ZTS: OOM in raidz_002_pos
System information
| Type | Version/Name |
|---|---|
| Distribution Name | Fedora |
| Distribution Version | 40 |
| Kernel Version | 6.10 |
| Architecture | x86_64 |
| OpenZFS Version |
Describe the problem you're observing
Using the new github runners, we're seeing an occasional OOM in functional/raidz/raidz_002_pos. It is killing off the raidz_test program:
Test: /usr/share/zfs/zfs-tests/tests/functional/raidz/raidz_002_pos (run as root) [03:30] [FAIL]

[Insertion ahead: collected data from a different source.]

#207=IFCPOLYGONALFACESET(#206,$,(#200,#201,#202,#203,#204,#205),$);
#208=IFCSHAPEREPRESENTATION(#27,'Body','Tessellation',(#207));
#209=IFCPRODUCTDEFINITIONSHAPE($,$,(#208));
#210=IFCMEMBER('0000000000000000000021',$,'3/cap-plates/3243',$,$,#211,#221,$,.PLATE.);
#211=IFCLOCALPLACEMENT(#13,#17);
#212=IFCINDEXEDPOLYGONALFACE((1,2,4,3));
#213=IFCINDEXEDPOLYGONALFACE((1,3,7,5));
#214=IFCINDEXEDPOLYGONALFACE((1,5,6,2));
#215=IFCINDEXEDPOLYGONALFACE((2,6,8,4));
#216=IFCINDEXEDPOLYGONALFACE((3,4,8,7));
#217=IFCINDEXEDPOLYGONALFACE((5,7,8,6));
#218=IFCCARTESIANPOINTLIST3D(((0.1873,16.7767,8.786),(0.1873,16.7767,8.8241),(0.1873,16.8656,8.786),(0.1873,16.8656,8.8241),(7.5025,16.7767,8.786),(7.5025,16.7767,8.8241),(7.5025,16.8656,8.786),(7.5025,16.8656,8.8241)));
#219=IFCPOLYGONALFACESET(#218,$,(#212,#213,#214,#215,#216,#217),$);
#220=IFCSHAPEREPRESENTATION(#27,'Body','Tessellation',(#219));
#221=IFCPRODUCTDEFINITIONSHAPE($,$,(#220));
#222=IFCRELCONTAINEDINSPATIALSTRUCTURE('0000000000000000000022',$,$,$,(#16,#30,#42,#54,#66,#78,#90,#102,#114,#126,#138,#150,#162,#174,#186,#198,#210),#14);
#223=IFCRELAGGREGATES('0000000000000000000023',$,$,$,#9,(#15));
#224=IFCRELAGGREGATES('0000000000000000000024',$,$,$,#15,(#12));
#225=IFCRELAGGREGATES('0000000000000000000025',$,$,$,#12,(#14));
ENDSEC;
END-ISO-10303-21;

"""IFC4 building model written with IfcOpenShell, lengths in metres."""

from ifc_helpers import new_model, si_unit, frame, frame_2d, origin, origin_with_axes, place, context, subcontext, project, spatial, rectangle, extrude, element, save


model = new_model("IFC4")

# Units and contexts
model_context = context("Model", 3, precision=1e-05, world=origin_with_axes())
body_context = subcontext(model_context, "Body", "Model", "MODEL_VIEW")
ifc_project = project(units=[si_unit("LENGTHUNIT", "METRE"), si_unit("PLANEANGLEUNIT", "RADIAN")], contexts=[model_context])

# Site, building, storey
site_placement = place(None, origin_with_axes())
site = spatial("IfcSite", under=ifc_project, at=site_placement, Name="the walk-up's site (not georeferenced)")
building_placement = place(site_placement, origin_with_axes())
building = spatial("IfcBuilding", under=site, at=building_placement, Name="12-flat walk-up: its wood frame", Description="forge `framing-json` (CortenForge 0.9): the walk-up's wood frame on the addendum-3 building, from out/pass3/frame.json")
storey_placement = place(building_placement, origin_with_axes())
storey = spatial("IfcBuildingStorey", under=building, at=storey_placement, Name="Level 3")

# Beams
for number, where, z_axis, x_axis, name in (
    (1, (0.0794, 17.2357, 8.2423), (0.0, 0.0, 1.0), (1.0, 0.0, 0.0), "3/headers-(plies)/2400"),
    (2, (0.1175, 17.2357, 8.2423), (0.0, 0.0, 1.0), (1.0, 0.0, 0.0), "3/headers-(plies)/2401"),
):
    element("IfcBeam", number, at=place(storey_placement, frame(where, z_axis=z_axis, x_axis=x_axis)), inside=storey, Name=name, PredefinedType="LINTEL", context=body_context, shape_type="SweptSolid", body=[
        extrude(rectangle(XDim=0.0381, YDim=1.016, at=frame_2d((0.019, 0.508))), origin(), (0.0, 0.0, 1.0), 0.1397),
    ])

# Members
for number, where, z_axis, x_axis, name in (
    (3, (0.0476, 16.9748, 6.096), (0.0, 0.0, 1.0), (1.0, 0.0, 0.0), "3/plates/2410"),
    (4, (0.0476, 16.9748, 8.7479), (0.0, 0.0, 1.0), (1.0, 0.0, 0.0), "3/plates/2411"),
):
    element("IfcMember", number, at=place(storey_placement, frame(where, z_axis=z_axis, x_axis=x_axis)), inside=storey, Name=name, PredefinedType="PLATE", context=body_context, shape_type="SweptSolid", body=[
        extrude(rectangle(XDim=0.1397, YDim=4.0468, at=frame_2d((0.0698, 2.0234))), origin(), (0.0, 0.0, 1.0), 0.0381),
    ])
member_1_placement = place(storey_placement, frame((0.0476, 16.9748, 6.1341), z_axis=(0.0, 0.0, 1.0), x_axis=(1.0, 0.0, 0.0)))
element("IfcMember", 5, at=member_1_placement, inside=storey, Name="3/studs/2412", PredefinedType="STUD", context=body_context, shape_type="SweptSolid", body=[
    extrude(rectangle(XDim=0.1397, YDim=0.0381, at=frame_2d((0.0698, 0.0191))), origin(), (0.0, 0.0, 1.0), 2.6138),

08:41:42.14 /usr/share/zfs/zfs-tests/tests/functional/raidz/raidz_002_pos.ksh[49]: log_must[70]: log_pos: line 265: 918355: Killed
08:41:42.14 20/176... 40/165... 60/165... 80/165... 100/165... 120/165... ERROR: raidz_test -S -e -t 300 exited 265
raidz_test had allocated 5.3GB of RAM:
Out of memory: Killed process 918355 (raidz_test) total-vm:13275572kB, anon-rss:5306400kB, file-rss:56kB, shmem-rss:0kB, UID:0 pgtables:24564kB oom_score_adj:0
[ 7605.935208] systemd-userdbd invoked oom-killer: gfp_mask=0x140cca(GFP_HIGHUSER_MOVABLE|__GFP_COMP), order=0, oom_score_adj=0
[ 7605.938835] CPU: 1 PID: 708 Comm: systemd-userdbd Tainted: P OE 6.10.10-200.fc40.x86_64 #1
[ 7605.941634] Hardware name: QEMU Standard PC (Q35 + ICH9, 2009), BIOS 1.16.3-debian-1.16.3-2 04/01/2014
[ 7605.944347] Call Trace:
[ 7605.945197] <TASK>
[ 7605.945978] dump_stack_lvl+0x5d/0x80
[ 7605.947381] dump_header+0x44/0x18d
[ 7605.948634] oom_kill_process.cold+0xa/0xaa
[ 7605.949964] out_of_memory+0x219/0x4b0
[ 7605.951262] __alloc_pages_slowpath.constprop.0+0xb4e/0xe00
[ 7605.953023] __alloc_pages_noprof+0x31f/0x350
[ 7605.954412] alloc_pages_mpol_noprof+0xd7/0x1e0
[ 7605.955867] ? __filemap_get_folio+0x37/0x2e0
[ 7605.957254] vma_alloc_folio_noprof+0x63/0xc0
[ 7605.958667] ? __swap_duplicate+0xdb/0x190
[ 7605.960007] do_swap_page+0x4a9/0xd60
[ 7605.961215] ? srso_alias_return_thunk+0x5/0xfbef5
[ 7605.962768] ? __handle_mm_fault+0x829/0x1080
[ 7605.964150] ? srso_alias_return_thunk+0x5/0xfbef5
[ 7605.965656] ? __pte_offset_map+0x1b/0x180
[ 7605.966971] __handle_mm_fault+0x829/0x1080
[ 7605.968335] ? srso_alias_return_thunk+0x5/0xfbef5
[ 7605.969820] ? mt_find+0x21c/0x580
[ 7605.971016] handle_mm_fault+0xf0/0x300
[ 7605.972239] do_user_addr_fault+0x15d/0x620
[ 7605.973660] ? srso_alias_return_thunk+0x5/0xfbef5
[ 7605.975112] ? asm_exc_page_fault+0x26/0x30
[ 7605.976458] exc_page_fault+0x7e/0x180
[ 7605.977673] asm_exc_page_fault+0x26/0x30
[ 7605.978963] RIP: 0010:__get_user_8+0x11/0x20
Full examples: https://github.com/openzfs/zfs/actions/runs/10978174081/job/30481019124 https://github.com/openzfs/zfs/actions/runs/10998799735/job/30537538603
Describe how to reproduce the problem
Include any warning/errors/backtraces from the system logs
The raidz_002_pos happens to FreeBSD and Ubuntu also.
Even on VMs with 12 GB RAM the problem happens sometimes :/
I've just manually run ./raidz_test -S -e -t 300 on FreeBSD and observed it gradually consuming >106GB of RAM before completing successfully. I bet something is leaking there inside the loops, but haven't got what yet.